■ **What this task involves**
With the string "XDim" as the filter, copy each matching line from the records.

━━ Given data ━━

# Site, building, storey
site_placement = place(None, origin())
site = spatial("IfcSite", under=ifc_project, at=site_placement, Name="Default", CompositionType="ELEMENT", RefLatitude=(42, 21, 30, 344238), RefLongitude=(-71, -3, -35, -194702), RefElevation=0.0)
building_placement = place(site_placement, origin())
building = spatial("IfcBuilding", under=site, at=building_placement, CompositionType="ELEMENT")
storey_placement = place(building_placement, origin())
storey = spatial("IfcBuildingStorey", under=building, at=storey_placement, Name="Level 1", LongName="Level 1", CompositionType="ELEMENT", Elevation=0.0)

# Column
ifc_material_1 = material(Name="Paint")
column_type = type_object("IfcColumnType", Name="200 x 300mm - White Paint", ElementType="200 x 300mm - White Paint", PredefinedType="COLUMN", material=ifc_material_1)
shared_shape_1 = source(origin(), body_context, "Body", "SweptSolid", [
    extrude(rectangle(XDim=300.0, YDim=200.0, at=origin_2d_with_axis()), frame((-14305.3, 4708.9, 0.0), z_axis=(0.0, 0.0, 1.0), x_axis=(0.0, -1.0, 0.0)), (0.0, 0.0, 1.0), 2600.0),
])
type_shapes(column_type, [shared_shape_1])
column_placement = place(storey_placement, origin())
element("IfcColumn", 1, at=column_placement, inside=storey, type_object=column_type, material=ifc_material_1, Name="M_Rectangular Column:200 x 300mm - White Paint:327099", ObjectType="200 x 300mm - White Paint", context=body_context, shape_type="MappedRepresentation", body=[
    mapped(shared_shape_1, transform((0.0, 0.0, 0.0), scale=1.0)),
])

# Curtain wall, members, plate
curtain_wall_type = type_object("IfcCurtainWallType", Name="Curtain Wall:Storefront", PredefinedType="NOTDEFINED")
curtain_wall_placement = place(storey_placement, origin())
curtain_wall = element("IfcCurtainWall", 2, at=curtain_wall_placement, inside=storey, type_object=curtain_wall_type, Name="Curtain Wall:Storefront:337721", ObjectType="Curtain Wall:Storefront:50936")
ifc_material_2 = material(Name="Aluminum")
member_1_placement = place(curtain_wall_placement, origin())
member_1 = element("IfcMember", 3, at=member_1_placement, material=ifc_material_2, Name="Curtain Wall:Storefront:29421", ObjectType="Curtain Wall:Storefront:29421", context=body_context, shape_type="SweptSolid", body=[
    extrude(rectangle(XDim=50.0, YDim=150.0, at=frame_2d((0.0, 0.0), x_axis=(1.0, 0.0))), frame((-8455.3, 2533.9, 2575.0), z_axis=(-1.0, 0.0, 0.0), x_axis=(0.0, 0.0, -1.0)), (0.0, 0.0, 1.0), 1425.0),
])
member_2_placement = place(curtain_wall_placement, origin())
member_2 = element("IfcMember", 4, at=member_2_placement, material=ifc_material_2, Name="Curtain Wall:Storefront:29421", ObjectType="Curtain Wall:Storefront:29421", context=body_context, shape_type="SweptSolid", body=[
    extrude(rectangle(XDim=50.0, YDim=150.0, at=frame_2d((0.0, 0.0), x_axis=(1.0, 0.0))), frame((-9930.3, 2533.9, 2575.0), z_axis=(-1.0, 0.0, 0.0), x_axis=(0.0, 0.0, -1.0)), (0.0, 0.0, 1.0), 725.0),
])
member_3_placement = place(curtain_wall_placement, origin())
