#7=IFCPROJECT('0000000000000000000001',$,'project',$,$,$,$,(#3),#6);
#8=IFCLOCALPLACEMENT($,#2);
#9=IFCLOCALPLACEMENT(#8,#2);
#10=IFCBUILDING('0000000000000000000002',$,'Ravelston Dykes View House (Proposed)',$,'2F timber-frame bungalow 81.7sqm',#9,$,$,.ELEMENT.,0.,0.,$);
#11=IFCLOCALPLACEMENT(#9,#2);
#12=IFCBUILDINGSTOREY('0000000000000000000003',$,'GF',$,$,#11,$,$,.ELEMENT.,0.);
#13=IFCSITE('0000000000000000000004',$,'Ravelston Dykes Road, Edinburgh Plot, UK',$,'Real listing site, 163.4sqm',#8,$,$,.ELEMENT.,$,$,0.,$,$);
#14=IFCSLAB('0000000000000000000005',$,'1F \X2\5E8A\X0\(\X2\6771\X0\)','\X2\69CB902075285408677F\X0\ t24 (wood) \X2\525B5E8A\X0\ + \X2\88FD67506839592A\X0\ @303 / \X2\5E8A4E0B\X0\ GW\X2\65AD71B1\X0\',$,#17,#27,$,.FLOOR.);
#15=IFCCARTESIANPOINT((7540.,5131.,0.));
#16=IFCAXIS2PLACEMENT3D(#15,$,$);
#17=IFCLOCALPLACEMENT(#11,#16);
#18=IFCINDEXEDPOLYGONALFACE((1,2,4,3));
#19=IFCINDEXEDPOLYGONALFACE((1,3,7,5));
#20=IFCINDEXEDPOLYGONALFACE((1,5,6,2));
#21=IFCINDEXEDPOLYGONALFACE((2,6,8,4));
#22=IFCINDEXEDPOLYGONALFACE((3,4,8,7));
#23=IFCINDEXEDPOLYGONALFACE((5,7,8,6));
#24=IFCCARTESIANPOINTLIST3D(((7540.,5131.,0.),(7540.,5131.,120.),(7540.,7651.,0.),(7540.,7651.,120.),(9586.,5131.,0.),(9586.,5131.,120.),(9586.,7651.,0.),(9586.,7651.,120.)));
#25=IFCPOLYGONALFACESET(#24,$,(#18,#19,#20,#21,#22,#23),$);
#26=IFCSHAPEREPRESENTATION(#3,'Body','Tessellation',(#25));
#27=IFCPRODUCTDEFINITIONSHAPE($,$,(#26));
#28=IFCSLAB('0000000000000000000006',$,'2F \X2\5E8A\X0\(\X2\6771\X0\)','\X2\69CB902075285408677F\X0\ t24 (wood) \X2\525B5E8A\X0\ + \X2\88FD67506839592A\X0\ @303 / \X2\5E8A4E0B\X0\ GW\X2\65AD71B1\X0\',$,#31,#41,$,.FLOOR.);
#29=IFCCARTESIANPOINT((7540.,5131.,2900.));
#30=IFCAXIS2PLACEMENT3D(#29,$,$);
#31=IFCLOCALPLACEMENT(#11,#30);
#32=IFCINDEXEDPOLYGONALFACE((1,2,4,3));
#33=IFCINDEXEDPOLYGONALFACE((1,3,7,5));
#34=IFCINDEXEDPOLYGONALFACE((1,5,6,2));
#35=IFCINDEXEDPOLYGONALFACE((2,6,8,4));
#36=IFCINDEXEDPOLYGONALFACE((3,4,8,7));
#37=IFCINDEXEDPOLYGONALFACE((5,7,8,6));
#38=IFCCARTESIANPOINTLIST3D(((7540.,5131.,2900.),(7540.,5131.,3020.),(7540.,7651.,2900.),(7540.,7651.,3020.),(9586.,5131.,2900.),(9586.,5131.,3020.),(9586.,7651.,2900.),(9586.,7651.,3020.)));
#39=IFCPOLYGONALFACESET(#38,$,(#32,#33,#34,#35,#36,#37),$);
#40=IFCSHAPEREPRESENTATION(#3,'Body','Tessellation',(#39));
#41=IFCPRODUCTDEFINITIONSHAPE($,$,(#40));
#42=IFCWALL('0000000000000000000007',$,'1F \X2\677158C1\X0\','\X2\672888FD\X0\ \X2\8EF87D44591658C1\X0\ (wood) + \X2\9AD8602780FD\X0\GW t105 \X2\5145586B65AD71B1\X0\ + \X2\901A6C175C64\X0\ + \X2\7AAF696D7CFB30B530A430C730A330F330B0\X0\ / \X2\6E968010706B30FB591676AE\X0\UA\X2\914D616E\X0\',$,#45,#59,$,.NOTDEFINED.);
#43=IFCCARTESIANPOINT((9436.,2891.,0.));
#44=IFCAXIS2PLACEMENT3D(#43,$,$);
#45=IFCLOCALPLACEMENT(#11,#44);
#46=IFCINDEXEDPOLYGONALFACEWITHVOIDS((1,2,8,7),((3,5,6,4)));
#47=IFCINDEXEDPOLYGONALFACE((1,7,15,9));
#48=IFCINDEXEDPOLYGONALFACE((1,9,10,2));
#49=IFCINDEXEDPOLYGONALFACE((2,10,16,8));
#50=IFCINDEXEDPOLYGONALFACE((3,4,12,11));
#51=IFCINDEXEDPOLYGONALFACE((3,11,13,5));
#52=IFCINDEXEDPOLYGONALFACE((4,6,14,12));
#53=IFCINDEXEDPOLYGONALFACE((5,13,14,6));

━━━

■ **Task solution**
    extrude(rectangle(XDim=300.0, YDim=200.0, at=origin_2d_with_axis()), frame((-14305.3, 4708.9, 0.0), z_axis=(0.0, 0.0, 1.0), x_axis=(0.0, -1.0, 0.0)), (0.0, 0.0, 1.0), 2600.0),
    extrude(rectangle(XDim=50.0, YDim=150.0, at=frame_2d((0.0, 0.0), x_axis=(1.0, 0.0))), frame((-8455.3, 2533.9, 2575.0), z_axis=(-1.0, 0.0, 0.0), x_axis=(0.0, 0.0, -1.0)), (0.0, 0.0, 1.0), 1425.0),
    extrude(rectangle(XDim=50.0, YDim=150.0, at=frame_2d((0.0, 0.0), x_axis=(1.0, 0.0))), frame((-9930.3, 2533.9, 2575.0), z_axis=(-1.0, 0.0, 0.0), x_axis=(0.0, 0.0, -1.0)), (0.0, 0.0, 1.0), 725.0),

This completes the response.